Segment Open

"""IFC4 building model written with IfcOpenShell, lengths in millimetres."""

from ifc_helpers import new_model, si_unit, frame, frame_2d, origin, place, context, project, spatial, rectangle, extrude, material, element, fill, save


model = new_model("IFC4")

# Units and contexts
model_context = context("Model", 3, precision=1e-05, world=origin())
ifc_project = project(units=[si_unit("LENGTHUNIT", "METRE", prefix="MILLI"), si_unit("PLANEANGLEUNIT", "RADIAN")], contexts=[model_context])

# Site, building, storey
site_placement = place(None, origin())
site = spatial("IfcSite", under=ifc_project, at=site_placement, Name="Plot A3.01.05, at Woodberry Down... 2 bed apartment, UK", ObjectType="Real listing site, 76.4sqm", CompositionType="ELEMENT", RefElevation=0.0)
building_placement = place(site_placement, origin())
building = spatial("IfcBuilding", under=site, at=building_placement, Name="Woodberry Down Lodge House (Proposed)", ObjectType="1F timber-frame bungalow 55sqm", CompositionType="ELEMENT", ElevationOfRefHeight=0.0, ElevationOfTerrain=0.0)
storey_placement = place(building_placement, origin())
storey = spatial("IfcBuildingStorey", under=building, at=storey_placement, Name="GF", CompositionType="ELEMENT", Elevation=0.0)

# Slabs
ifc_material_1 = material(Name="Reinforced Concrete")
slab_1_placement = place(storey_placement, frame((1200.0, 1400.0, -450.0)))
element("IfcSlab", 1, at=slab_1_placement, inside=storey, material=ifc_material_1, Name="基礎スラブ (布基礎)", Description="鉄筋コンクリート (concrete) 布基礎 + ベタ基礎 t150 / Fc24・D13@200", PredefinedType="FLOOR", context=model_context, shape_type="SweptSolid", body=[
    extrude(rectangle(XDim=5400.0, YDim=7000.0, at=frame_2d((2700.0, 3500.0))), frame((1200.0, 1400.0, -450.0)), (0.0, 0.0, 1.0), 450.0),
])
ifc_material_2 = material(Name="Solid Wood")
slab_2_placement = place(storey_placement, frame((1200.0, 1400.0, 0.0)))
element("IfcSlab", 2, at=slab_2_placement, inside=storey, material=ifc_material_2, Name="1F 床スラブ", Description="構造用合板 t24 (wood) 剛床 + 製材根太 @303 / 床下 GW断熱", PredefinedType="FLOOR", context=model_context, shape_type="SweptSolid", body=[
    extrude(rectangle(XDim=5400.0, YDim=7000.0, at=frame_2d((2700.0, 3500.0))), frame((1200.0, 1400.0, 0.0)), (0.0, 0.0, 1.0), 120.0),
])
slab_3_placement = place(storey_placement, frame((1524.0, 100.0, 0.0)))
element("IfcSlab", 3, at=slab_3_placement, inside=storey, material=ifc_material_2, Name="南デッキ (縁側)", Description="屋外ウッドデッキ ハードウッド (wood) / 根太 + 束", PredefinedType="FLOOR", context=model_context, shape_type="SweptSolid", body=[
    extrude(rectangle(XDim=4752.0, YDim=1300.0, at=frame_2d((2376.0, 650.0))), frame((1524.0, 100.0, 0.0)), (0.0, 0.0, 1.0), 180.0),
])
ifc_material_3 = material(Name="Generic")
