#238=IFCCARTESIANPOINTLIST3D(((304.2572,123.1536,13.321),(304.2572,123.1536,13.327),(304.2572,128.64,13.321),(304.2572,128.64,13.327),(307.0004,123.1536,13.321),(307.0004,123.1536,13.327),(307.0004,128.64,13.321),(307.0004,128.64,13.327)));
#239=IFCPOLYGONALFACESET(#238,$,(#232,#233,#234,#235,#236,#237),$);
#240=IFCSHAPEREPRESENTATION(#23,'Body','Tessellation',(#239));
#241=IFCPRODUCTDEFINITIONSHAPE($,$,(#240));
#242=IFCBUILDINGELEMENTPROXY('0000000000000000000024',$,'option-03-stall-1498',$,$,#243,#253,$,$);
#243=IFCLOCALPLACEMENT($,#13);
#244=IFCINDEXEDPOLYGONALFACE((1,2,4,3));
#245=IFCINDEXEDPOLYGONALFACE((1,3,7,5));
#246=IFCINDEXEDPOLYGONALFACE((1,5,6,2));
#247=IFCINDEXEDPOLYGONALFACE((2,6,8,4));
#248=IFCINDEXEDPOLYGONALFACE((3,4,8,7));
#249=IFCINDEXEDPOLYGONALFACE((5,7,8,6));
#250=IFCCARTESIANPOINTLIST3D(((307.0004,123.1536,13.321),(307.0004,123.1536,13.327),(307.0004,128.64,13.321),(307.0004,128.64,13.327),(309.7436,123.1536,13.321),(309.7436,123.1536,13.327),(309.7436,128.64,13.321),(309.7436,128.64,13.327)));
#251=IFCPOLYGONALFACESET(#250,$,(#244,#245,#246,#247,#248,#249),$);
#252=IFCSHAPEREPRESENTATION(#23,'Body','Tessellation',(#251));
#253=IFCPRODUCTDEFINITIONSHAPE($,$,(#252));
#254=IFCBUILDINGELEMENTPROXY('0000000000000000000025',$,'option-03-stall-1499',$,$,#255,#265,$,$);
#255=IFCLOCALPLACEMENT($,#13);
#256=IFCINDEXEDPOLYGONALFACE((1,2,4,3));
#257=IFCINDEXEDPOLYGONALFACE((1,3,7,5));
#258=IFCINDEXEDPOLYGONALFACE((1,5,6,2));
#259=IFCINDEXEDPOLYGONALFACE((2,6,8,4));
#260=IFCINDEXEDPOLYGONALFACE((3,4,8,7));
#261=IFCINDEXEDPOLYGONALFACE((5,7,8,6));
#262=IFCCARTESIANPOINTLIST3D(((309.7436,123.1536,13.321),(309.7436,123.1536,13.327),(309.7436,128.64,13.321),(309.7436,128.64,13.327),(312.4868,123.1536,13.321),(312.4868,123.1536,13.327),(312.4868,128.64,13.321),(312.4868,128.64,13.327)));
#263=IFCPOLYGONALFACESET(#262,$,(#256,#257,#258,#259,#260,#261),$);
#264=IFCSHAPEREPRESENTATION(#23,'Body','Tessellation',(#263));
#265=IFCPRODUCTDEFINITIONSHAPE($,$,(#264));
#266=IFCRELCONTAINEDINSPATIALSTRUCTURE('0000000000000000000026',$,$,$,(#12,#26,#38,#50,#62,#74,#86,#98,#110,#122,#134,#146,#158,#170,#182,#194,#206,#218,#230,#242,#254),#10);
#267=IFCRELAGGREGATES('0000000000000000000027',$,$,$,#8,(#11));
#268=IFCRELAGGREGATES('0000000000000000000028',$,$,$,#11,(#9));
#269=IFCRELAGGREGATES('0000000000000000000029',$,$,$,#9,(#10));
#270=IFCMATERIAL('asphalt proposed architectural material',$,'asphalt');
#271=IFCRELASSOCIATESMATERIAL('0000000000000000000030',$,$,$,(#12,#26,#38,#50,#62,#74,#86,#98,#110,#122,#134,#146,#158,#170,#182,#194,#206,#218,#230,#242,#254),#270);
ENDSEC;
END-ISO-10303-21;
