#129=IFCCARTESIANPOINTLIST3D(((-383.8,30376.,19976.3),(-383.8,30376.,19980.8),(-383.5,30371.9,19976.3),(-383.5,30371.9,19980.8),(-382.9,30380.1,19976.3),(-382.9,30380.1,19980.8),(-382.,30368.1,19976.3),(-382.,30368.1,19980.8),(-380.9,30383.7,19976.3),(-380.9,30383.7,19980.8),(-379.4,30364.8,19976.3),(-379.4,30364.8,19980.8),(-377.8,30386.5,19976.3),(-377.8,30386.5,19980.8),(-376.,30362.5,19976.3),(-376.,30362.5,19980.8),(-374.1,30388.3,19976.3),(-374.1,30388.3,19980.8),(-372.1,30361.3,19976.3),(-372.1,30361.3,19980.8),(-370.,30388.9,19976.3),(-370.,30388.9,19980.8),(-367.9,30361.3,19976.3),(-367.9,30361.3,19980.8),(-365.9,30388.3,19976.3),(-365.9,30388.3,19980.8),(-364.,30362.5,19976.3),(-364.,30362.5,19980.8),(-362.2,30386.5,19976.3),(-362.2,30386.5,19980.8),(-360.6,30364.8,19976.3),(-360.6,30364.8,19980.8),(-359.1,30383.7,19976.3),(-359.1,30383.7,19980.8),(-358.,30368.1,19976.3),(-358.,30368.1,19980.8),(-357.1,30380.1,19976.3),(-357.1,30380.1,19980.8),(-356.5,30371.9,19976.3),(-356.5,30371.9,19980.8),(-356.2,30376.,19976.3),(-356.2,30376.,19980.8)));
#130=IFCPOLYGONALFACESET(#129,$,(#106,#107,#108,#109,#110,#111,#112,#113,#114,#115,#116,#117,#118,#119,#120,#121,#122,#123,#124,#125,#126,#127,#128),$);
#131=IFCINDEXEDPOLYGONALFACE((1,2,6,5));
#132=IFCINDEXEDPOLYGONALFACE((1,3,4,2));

Segment Closed

■ **Assignment**: Starting from the top of the records and ending at the line that contains "site_placement = place(None, origin())", repeat each line exactly and return only those lines.

■ **Response for this exercise**:
"""IFC4 building model written with IfcOpenShell, lengths in millimetres."""

from ifc_helpers import new_model, si_unit, frame, frame_2d, origin, place, context, project, spatial, rectangle, extrude, material, element, fill, save


model = new_model("IFC4")

# Units and contexts
model_context = context("Model", 3, precision=1e-05, world=origin())
ifc_project = project(units=[si_unit("LENGTHUNIT", "METRE", prefix="MILLI"), si_unit("PLANEANGLEUNIT", "RADIAN")], contexts=[model_context])

# Site, building, storey
site_placement = place(None, origin())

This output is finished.